┌─ RECORDS TO USE

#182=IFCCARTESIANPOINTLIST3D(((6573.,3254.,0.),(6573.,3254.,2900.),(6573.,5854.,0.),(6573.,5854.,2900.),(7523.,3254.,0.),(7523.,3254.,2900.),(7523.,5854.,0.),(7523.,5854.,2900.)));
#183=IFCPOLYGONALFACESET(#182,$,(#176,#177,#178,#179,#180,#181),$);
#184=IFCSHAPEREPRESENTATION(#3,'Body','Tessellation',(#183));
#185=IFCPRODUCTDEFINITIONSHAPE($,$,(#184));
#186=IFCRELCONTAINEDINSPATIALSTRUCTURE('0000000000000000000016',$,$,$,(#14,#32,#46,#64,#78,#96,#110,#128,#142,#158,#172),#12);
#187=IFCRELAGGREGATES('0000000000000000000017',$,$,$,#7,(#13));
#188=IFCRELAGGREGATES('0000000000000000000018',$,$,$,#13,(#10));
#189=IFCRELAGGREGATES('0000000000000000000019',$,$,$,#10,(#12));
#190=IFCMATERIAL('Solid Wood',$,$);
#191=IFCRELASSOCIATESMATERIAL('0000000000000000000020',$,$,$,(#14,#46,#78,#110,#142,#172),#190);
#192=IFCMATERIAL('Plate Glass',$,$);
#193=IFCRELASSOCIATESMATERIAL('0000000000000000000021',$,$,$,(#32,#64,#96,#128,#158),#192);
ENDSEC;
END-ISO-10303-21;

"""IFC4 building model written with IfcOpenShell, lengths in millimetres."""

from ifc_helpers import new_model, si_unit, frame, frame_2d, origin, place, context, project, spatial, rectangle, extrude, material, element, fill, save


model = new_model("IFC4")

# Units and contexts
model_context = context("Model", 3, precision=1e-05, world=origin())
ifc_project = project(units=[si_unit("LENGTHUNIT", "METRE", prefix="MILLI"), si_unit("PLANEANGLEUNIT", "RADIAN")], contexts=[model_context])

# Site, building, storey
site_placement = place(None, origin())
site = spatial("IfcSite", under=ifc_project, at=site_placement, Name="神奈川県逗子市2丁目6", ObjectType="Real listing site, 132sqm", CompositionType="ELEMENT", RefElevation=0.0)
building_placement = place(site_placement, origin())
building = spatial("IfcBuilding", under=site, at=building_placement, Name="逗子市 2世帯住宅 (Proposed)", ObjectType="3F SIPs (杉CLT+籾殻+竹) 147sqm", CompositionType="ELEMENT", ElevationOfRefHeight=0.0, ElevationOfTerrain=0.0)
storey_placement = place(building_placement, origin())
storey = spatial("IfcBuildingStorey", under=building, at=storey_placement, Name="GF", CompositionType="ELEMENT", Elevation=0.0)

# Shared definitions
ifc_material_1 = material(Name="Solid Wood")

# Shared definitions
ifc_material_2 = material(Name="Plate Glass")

└─
┌─ RECORDS TO USE

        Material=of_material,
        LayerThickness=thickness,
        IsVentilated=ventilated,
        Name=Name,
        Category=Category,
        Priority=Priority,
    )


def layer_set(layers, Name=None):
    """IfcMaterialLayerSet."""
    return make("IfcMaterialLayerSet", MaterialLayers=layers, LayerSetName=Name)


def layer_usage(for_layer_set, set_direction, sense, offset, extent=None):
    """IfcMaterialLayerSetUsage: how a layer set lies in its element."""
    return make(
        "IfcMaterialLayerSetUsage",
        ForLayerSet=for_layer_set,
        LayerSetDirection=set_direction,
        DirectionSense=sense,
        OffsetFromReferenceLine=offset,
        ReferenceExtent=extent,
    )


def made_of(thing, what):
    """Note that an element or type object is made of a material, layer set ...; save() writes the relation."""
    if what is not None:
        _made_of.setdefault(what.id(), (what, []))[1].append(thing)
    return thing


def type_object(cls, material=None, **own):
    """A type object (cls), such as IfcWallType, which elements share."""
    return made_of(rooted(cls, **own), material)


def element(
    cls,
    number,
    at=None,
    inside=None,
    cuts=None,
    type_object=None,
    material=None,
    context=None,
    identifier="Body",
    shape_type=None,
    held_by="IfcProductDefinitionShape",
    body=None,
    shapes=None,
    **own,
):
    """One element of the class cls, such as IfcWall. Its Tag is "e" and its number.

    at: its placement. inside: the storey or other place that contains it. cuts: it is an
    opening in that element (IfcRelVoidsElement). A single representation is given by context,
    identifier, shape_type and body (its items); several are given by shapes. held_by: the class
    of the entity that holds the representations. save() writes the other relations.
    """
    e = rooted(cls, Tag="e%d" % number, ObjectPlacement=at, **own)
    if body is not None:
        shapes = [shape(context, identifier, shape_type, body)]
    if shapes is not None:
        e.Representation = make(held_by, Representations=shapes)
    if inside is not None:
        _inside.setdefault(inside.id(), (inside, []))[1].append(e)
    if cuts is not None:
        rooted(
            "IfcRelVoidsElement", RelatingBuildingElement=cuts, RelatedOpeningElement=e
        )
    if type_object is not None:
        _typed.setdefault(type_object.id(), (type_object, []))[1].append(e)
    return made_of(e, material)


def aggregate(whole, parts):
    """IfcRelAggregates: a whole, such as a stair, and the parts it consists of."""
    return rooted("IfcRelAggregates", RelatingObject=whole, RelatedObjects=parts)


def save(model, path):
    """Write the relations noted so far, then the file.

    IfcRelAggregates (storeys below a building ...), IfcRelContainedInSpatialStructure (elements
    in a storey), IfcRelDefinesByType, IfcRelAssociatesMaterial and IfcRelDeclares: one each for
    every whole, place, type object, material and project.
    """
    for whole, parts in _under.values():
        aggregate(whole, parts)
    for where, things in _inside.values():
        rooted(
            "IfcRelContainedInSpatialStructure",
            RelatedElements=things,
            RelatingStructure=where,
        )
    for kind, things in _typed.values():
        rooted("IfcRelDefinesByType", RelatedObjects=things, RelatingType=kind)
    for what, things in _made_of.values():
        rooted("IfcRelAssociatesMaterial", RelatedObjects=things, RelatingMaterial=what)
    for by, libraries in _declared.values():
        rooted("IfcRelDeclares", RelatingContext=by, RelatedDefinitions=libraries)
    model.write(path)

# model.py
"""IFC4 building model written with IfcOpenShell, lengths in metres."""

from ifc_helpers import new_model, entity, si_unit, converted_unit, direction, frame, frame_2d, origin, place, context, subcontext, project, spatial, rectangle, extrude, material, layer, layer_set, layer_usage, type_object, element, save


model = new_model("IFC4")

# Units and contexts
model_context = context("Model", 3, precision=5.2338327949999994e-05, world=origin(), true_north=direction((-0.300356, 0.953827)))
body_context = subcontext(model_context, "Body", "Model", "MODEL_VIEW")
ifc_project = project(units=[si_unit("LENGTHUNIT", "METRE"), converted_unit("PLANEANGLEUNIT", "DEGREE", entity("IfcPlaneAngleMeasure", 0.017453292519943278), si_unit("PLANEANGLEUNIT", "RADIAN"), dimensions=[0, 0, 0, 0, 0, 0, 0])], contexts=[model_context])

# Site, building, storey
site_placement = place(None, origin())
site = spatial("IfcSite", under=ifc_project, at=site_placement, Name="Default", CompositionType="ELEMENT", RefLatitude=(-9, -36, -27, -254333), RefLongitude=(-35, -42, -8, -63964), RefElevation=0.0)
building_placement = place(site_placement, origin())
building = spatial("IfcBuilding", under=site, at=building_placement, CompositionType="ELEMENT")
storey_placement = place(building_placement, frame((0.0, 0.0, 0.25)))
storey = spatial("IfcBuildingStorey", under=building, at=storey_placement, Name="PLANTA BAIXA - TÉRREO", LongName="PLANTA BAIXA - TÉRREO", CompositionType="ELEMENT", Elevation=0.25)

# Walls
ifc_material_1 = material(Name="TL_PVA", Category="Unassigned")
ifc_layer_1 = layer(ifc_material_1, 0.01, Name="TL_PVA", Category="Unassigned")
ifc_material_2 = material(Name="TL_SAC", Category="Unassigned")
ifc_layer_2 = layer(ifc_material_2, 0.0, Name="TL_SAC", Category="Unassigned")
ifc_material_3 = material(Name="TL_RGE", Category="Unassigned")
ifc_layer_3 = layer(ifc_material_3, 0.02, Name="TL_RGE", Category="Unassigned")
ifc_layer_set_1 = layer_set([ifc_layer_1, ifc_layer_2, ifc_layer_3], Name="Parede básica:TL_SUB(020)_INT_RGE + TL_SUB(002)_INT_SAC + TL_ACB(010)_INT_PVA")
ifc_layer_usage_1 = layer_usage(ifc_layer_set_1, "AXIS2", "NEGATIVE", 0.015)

└─
┌─ RECORDS TO USE

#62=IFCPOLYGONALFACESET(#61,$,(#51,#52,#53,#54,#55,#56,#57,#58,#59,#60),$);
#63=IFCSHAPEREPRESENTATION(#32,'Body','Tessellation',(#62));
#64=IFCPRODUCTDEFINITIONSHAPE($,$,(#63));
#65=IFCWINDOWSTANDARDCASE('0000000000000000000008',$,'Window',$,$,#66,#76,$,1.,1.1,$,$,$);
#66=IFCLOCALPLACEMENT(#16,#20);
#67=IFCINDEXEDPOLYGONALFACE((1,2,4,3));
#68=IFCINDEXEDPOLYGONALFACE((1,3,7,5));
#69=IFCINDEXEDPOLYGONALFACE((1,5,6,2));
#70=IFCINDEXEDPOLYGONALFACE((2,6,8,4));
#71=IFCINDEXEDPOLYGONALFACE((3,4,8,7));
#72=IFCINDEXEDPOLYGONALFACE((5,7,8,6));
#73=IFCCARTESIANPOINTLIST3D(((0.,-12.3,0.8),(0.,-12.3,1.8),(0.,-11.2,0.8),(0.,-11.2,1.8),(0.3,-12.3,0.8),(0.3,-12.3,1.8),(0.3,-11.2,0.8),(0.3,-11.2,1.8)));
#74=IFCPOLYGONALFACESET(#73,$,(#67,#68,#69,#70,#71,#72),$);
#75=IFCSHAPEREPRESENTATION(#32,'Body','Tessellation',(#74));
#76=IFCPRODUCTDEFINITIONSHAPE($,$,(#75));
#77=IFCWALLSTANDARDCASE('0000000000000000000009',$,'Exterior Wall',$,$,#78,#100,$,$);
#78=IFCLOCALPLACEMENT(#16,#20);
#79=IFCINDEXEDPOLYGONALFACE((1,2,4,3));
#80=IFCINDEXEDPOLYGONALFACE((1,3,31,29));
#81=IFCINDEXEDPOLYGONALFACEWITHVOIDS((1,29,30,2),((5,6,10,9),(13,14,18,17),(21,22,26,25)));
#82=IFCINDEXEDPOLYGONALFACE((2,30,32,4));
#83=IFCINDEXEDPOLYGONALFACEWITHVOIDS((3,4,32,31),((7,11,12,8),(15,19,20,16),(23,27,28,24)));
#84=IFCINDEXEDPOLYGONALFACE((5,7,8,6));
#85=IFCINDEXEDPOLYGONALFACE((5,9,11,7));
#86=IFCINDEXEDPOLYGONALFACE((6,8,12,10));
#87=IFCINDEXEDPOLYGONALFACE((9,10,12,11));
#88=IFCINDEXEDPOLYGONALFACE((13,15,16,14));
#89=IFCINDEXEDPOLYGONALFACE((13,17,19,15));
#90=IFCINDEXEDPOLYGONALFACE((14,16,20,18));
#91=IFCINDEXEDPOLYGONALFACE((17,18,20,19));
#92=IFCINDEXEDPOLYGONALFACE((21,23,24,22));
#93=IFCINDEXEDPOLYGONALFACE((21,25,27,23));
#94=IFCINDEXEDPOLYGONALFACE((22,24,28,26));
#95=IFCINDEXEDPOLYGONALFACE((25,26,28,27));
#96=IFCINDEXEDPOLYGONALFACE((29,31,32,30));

└─

EXERCISE DETAILS:
The stretch of entries above that starts with the line containing "e.Representation = make(held_by, Representations=shapes)" and goes on through the line containing "for whole, parts" is to be transcribed exactly, and no other line is to be transcribed.

YOUR SOLUTION:
        e.Representation = make(held_by, Representations=shapes)
    if inside is not None:
        _inside.setdefault(inside.id(), (inside, []))[1].append(e)
    if cuts is not None:
        rooted(
            "IfcRelVoidsElement", RelatingBuildingElement=cuts, RelatedOpeningElement=e
        )
    if type_object is not None:
        _typed.setdefault(type_object.id(), (type_object, []))[1].append(e)
    return made_of(e, material)


def aggregate(whole, parts):
    """IfcRelAggregates: a whole, such as a stair, and the parts it consists of."""
    return rooted("IfcRelAggregates", RelatingObject=whole, RelatedObjects=parts)


def save(model, path):
    """Write the relations noted so far, then the file.

    IfcRelAggregates (storeys below a building ...), IfcRelContainedInSpatialStructure (elements
    in a storey), IfcRelDefinesByType, IfcRelAssociatesMaterial and IfcRelDeclares: one each for
    every whole, place, type object, material and project.
    """
    for whole, parts in _under.values():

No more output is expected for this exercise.